Dienstag, 24. August 2010
Wann greift die Notenbank ein?: Starker Yen schlaucht Japan
Als ob Japan nicht schon genug ökonomische und fiskalische Probleme hätte. Der Höhenflug des Yen setzt der Wirtschaft und vor allem dem Export des Landes der aufgehenden Sonne zu. Die Politik ist alarmiert.Der anhaltende Höhenflug des Yen setzt die japanische Regierung zunehmend unter Druck. Finanzminister Yoshihiko Noda warnte, die Stärke der Landeswährung bedrohe die ohnehin angeschlagene Wirtschaft. Über ein mögliches Eingreifen der Tokioter Regierung am Devisenmarkt schwieg er sich aus.

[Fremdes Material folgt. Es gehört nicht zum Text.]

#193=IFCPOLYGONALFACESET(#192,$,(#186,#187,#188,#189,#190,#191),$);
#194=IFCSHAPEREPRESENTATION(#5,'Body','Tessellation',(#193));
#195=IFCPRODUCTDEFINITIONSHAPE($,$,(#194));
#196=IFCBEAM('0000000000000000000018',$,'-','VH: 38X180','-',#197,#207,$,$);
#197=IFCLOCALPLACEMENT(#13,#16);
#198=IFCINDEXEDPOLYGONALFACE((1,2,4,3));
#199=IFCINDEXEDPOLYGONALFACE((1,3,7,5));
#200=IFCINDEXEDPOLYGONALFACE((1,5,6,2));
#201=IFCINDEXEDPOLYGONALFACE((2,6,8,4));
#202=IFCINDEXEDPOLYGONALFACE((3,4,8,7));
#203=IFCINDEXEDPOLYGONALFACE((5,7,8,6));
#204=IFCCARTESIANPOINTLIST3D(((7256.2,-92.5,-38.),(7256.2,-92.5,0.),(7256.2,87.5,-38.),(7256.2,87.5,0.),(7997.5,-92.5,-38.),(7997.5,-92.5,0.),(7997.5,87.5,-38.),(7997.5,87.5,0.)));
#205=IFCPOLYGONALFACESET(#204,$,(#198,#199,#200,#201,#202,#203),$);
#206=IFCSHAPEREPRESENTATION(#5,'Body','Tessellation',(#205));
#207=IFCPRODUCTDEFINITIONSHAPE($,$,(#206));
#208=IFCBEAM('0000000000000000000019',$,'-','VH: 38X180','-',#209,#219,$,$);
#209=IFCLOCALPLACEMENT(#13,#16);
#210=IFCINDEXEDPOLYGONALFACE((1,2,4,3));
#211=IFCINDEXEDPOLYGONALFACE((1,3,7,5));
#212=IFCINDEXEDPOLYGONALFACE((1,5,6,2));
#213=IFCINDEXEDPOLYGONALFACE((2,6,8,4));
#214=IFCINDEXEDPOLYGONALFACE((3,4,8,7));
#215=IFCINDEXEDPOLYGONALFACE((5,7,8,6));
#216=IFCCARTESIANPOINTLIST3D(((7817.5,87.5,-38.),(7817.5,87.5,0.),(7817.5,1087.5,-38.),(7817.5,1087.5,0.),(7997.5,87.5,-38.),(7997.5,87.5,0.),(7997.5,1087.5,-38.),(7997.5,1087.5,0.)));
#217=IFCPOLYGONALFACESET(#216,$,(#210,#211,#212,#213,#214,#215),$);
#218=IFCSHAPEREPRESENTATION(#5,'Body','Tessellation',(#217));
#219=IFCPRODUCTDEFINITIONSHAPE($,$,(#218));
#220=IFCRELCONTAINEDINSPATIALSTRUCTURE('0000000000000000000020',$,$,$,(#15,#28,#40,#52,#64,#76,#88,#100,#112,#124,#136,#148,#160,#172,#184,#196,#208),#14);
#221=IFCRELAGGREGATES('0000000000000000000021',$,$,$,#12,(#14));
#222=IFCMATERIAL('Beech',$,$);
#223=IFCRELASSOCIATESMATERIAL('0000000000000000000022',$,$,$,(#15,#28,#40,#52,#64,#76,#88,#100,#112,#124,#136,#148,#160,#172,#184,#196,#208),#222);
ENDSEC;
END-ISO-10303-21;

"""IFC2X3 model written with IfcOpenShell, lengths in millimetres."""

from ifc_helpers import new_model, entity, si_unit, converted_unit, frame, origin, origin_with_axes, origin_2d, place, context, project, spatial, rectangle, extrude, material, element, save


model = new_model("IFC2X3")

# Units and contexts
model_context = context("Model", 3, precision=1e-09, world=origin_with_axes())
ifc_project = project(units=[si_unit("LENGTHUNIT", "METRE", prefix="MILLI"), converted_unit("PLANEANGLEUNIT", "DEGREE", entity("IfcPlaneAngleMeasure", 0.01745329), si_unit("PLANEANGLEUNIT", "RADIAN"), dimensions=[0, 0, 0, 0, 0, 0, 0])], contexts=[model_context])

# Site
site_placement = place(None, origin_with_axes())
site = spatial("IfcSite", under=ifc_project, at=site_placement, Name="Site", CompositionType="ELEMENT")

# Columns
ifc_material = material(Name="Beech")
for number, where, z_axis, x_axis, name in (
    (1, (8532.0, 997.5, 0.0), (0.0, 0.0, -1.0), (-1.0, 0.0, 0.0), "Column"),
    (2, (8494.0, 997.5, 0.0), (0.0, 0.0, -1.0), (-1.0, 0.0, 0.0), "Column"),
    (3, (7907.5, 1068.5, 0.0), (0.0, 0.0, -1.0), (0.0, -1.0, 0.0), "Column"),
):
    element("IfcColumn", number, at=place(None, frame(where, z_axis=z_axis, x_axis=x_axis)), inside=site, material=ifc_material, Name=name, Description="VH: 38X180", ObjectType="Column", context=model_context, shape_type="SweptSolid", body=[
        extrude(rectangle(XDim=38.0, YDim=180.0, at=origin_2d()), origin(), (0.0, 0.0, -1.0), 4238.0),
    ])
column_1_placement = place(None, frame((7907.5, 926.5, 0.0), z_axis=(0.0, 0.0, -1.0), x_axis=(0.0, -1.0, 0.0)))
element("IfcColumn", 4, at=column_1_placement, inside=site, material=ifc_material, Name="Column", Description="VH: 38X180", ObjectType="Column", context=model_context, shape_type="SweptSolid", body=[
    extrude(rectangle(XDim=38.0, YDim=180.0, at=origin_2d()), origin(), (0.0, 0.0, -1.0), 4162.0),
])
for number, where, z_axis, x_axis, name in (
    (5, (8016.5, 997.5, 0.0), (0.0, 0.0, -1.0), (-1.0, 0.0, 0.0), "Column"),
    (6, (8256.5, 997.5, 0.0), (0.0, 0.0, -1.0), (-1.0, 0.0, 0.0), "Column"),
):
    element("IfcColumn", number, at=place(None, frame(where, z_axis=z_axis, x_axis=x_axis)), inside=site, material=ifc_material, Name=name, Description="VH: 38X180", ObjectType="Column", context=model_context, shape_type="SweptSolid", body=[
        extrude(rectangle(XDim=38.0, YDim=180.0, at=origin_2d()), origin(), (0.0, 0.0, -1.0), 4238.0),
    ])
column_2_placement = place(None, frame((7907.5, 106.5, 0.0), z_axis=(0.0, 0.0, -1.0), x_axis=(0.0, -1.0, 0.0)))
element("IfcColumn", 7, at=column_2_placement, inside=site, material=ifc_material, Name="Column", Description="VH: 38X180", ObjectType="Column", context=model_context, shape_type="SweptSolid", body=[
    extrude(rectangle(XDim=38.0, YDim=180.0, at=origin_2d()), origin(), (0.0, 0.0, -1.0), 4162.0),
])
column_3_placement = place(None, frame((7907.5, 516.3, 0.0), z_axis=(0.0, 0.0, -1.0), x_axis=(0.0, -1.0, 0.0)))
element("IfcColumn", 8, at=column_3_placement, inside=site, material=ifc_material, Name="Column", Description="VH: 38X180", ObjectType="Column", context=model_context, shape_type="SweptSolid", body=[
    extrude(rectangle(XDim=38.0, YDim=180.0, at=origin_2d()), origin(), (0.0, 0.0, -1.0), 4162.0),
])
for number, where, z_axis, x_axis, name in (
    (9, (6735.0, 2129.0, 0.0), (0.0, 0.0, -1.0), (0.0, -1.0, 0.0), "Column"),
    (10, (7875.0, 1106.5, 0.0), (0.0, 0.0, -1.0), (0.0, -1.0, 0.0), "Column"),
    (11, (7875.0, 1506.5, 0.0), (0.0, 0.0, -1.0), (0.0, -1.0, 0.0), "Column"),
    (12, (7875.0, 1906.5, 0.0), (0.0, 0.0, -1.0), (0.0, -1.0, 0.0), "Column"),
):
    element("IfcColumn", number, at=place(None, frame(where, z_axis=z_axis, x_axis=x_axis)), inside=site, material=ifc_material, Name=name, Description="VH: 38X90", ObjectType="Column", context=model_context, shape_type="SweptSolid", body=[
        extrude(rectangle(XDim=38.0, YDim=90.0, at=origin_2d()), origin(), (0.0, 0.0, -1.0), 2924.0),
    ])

Die Märkte ließen diese verdeckten Warnungen kalt: Der US-Dollar fiel zum Yen auf ein 15-Jahrestief, der Euro auf ein Neun-Jahres-Tief. Angesichts dieser Entwicklung schließen Experten nicht aus, dass die Bank of Japan (BoJ) noch vor der nächsten Zinssitzung am 6. und 7. September eingreift.
Er verfolge die Währungsentwicklungen "sehr sorgfältig und mit großem Interesse", sagte Noda weiter. Ministerpräsident Naoto Kan äußerte sich ähnlich. Experten hatten zuletzt darüber spekuliert, dass die Notenbank die Geldpolitik weiter lockert und so den Yen-Kurs drückt.
"Leere Worthülsen"
Daneben besteht auch die Möglichkeit, am Devisenmarkt mit Yen-Verkäufen den Kurs nach unten zu treiben. Händlern zufolge profitierte der Yen davon, dass Noda keinen Hinweis darauf gab, wie er den Anstieg der Landeswährung konkret stoppen könnte.
"Das sind doch leere Worthülsen", sagte Ökonom Paul Robson von RBS. Die Marktteilnehmer würden nun noch weiter testen, wie weit der Kurs steigen könne, bevor der Regierung der Geduldsfaden reißt. Händler sprachen von Umschichtungen japanischer Anleger, die offenbar im großen Stil die eigene Landeswährung kauften. "Vielleicht wollen sie die Zentralbank ja zum Einstieg reizen", sagte ein Händler in Frankfurt.
Gift für Exportwirtschaft
Die Yen-Stärke belastet die japanische Exportwirtschaft und beeinträchtigt die Wachstumsaussichten des Landes. Japans Regierung versucht seit längerem, mit verbalen Interventionen den Yen-Höhenflug zu drücken. Dennoch hat der Kurs der Landeswährung in diesem Jahr zum Dollar bereits um fast zehn Prozent zugelegt. Experten halten es für eher unwahrscheinlich, dass die Gruppe der G7-Staaten in einer koordinierten Aktion gegen die Yen-Stärke vorgehen wird.